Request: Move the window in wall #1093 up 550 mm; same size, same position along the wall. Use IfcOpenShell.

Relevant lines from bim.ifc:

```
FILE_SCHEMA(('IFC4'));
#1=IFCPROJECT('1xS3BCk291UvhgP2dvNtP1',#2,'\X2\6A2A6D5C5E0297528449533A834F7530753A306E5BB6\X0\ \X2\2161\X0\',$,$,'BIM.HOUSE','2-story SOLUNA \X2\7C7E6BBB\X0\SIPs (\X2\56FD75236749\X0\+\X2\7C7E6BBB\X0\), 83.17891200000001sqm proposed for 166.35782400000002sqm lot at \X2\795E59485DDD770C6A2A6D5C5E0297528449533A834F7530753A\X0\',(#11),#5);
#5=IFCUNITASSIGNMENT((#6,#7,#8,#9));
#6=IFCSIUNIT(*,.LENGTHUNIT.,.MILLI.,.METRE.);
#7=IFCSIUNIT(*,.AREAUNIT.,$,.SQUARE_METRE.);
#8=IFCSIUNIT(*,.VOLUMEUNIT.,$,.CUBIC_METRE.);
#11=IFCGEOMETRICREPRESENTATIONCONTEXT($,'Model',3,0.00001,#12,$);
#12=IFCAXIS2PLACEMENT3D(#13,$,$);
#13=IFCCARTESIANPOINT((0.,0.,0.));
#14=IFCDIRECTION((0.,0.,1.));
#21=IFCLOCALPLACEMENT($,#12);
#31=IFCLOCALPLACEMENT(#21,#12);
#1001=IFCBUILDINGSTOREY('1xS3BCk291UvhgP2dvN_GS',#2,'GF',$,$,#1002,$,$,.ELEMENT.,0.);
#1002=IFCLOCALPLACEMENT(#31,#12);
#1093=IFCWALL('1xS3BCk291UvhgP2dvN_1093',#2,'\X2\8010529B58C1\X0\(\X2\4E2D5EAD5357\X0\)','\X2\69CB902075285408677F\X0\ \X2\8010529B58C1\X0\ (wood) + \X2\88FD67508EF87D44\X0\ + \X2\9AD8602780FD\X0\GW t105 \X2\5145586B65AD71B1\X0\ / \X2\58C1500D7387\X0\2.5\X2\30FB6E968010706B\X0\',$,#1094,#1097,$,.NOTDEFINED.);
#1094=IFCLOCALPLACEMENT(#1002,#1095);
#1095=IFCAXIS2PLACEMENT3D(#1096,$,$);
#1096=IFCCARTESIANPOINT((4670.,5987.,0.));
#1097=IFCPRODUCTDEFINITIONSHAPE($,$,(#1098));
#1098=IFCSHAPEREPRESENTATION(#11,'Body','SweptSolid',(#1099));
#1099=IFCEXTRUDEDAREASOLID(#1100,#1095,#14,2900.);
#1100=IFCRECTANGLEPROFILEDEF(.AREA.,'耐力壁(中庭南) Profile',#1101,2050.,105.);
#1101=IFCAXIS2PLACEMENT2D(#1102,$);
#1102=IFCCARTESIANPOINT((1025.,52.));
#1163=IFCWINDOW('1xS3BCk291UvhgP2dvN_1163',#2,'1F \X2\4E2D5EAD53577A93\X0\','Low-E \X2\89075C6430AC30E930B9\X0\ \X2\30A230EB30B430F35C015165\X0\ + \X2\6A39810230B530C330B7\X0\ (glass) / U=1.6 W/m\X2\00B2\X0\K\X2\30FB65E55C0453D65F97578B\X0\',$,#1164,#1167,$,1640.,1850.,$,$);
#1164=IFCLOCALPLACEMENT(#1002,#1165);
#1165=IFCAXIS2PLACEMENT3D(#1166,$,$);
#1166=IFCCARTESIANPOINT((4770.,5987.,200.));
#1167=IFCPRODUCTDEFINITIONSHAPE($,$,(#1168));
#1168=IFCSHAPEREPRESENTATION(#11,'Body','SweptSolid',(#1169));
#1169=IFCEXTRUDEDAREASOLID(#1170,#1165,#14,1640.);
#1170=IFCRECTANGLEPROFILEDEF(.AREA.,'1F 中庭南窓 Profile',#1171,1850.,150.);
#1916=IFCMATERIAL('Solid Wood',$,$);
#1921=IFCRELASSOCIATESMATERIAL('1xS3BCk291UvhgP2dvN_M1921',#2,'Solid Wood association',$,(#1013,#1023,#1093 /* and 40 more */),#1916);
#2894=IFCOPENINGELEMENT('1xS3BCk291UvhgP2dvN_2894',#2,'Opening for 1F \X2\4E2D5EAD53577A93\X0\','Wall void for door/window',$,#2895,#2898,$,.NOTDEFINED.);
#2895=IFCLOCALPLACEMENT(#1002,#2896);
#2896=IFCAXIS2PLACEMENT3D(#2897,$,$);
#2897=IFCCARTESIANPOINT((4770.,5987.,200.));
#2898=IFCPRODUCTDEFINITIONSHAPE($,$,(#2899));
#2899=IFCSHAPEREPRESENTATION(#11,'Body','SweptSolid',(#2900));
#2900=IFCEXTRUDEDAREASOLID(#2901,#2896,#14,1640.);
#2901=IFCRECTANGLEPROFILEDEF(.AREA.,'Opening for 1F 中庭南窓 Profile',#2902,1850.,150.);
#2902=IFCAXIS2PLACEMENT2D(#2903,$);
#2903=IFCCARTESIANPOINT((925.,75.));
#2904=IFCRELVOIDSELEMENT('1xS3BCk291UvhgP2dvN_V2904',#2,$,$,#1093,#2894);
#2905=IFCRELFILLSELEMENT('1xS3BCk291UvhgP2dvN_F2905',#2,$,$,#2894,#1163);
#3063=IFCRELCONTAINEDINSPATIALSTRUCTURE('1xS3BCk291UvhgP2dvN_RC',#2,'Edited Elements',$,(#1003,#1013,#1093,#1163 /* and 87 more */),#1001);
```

```python
import numpy as np
import ifcopenshell
import ifcopenshell.api.geometry
import ifcopenshell.util.placement
import ifcopenshell.util.unit

model = ifcopenshell.open("bim.ifc")
unit_scale = ifcopenshell.util.unit.calculate_unit_scale(model)

window = model.by_guid("1xS3BCk291UvhgP2dvN_1163")
opening = window.FillsVoids[0].RelatingOpeningElement
dz = 0.55 / unit_scale

shift = np.array([0.0, 0.0, dz])
# The window is not placed relative to its opening, so move both.
for product in (opening, window):
    matrix = ifcopenshell.util.placement.get_local_placement(product.ObjectPlacement)
    matrix[:3, 3] += shift
    ifcopenshell.api.geometry.edit_object_placement(model, product=product, matrix=matrix, is_si=False)

print(f"moved by {dz * unit_scale:+.3f} m")

model.write("bim_edited.ifc")
```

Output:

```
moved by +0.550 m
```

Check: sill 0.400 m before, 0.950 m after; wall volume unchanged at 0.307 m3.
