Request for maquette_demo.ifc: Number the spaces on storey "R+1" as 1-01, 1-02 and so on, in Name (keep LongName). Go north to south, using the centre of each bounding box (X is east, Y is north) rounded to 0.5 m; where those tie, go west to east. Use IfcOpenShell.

First a look at what the model holds.

```python
import ifcopenshell
import ifcopenshell.util.element
import ifcopenshell.util.placement

model = ifcopenshell.open("maquette_demo.ifc")
print(model.schema)
storey = next(s for s in model.by_type("IfcBuildingStorey") if s.Name == "R+1")
spaces = [e for e in ifcopenshell.util.element.get_decomposition(storey) if e.is_a("IfcSpace")]
for e in sorted(spaces, key=lambda e: e.id()):
    origin = ifcopenshell.util.placement.get_local_placement(e.ObjectPlacement)[:3, 3]
    print(e.id(), e.Name, e.LongName, origin.round(2) + 0.0, sep=" | ")
```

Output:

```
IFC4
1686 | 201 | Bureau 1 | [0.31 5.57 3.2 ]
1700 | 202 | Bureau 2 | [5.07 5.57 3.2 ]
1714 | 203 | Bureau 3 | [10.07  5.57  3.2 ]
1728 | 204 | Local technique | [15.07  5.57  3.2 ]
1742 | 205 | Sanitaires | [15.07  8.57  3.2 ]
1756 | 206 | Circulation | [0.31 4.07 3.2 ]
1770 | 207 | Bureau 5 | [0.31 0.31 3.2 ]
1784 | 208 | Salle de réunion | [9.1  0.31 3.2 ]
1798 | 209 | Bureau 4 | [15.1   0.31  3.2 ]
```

```python
import ifcopenshell
import ifcopenshell.geom
import ifcopenshell.util.element
import ifcopenshell.util.shape

model = ifcopenshell.open("maquette_demo.ifc")
settings = ifcopenshell.geom.settings()
settings.set("use-world-coords", True)


def centre(element):
    shape = ifcopenshell.geom.create_shape(settings, element)
    return ifcopenshell.util.shape.get_bbox_centroid(shape.geometry)


storey = next(s for s in model.by_type("IfcBuildingStorey") if s.Name == "R+1")
spaces = [e for e in ifcopenshell.util.element.get_decomposition(storey) if e.is_a("IfcSpace")]

# Insertion points can sit at a corner or the storey origin, so sort by the geometry (in metres).
centres = {e: centre(e) for e in spaces}
spaces.sort(key=lambda e: (-round(centres[e][1] / 0.5), centres[e][0]))

for i, e in enumerate(spaces, start=1):
    number = f"1-{i:02d}"
    e.Name = number
    print(e.id(), number)

model.write("maquette_demo_v2.ifc")
```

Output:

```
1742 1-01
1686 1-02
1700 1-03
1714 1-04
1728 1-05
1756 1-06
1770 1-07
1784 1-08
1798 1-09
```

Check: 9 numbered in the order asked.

--- Problem description ---
Copy down each line in the entries that has the word "IFCSHAPEREPRESENTATION".

--- Response box ---
#1098=IFCSHAPEREPRESENTATION(#11,'Body','SweptSolid',(#1099));
#1168=IFCSHAPEREPRESENTATION(#11,'Body','SweptSolid',(#1169));
#2899=IFCSHAPEREPRESENTATION(#11,'Body','SweptSolid',(#2900));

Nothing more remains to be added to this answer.